• **Available data**:
━━━━━━━━

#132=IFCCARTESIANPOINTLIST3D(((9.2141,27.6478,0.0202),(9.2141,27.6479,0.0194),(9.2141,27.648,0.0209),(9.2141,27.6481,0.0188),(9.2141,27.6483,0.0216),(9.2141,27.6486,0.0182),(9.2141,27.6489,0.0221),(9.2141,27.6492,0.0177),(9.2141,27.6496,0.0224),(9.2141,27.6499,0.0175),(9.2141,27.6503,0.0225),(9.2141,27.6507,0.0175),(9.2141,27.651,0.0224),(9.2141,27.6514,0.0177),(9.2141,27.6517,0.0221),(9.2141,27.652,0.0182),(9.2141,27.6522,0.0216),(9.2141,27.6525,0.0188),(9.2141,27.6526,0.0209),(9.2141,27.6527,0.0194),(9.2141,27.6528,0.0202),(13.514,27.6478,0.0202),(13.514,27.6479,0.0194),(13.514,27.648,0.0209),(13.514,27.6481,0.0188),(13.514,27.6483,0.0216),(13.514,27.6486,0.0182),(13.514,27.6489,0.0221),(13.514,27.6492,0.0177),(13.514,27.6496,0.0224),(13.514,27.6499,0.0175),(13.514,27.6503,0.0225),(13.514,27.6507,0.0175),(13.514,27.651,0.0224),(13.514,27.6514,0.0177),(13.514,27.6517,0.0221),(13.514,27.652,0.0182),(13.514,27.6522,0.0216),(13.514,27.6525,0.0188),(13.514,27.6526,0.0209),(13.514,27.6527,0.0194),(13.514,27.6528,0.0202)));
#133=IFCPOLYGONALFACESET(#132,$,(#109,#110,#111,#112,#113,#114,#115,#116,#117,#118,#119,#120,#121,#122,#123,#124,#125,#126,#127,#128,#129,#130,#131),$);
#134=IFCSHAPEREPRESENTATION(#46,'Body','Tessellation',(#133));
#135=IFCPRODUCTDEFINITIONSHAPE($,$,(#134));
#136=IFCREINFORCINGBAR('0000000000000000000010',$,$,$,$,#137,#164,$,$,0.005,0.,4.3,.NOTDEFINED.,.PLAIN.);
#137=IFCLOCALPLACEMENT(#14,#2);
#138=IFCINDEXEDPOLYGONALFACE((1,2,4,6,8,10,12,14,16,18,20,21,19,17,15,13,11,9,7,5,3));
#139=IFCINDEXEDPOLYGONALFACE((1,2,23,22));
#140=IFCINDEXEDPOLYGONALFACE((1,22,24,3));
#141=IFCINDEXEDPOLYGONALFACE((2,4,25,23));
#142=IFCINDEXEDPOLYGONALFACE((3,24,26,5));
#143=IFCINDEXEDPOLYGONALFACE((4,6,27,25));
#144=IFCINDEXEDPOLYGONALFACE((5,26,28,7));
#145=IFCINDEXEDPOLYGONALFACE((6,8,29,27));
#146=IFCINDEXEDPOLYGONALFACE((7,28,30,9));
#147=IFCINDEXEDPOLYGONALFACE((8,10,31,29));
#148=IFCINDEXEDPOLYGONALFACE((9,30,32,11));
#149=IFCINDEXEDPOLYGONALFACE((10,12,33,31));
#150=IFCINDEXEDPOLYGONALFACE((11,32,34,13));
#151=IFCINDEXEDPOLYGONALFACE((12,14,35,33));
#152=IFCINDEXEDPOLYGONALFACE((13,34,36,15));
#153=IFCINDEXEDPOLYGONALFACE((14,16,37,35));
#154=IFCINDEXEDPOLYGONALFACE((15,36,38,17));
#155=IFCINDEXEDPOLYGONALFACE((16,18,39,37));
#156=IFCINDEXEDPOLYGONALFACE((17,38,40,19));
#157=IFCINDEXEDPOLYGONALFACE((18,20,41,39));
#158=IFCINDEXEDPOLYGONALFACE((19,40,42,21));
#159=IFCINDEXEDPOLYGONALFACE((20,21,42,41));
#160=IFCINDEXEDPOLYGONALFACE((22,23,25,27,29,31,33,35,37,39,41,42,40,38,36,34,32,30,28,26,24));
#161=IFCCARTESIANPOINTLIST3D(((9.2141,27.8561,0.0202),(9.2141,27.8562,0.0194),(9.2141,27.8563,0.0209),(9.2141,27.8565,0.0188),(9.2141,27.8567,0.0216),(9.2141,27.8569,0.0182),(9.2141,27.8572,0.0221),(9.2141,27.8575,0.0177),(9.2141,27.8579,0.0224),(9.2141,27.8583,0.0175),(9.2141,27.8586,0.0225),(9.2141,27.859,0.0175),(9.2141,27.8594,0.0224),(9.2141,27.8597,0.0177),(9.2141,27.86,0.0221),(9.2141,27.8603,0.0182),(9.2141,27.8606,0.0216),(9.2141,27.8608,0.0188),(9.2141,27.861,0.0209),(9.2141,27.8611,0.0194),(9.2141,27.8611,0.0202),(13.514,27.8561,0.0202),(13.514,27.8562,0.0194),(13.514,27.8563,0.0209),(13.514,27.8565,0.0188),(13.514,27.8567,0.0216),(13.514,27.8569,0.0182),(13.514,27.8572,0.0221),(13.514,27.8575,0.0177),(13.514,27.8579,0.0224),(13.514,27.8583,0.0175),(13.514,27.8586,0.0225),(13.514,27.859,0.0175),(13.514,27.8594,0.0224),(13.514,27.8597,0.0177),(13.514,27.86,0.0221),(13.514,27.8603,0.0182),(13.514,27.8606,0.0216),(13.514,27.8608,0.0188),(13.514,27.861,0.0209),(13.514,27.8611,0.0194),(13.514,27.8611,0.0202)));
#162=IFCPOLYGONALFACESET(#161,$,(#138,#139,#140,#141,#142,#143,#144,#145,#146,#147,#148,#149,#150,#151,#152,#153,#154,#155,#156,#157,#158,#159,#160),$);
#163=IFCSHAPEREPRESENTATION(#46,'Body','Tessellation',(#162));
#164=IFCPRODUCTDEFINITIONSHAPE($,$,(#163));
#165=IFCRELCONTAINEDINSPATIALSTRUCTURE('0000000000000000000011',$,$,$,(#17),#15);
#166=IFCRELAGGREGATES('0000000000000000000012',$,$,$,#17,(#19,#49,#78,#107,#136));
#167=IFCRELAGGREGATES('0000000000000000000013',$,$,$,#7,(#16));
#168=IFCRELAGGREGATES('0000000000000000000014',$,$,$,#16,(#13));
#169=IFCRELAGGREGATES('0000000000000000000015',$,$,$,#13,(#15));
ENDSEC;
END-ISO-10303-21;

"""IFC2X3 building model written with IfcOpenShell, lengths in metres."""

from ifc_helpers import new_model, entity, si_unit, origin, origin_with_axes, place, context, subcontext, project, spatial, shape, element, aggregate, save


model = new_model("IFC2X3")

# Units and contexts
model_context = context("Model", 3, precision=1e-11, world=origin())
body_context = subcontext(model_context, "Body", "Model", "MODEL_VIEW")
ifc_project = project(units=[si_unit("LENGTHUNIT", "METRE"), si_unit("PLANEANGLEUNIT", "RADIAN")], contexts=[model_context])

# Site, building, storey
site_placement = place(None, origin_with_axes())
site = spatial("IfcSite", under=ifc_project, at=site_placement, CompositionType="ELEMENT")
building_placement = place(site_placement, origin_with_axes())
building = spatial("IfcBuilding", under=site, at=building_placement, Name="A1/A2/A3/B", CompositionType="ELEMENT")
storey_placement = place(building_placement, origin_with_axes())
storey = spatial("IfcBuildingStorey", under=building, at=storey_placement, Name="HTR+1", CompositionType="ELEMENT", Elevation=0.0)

━━━━━━━━

• **Brief**: Would you retype exactly the lines above, from the line with "#167=IFCRELAGGREGATES('0000000000000000000013',$,$,$,#7,(#16));" to the line with "END-ISO-10303-21;", with both end lines kept and nothing more?

• **Solution**:
#167=IFCRELAGGREGATES('0000000000000000000013',$,$,$,#7,(#16));
#168=IFCRELAGGREGATES('0000000000000000000014',$,$,$,#16,(#13));
#169=IFCRELAGGREGATES('0000000000000000000015',$,$,$,#13,(#15));
ENDSEC;
END-ISO-10303-21;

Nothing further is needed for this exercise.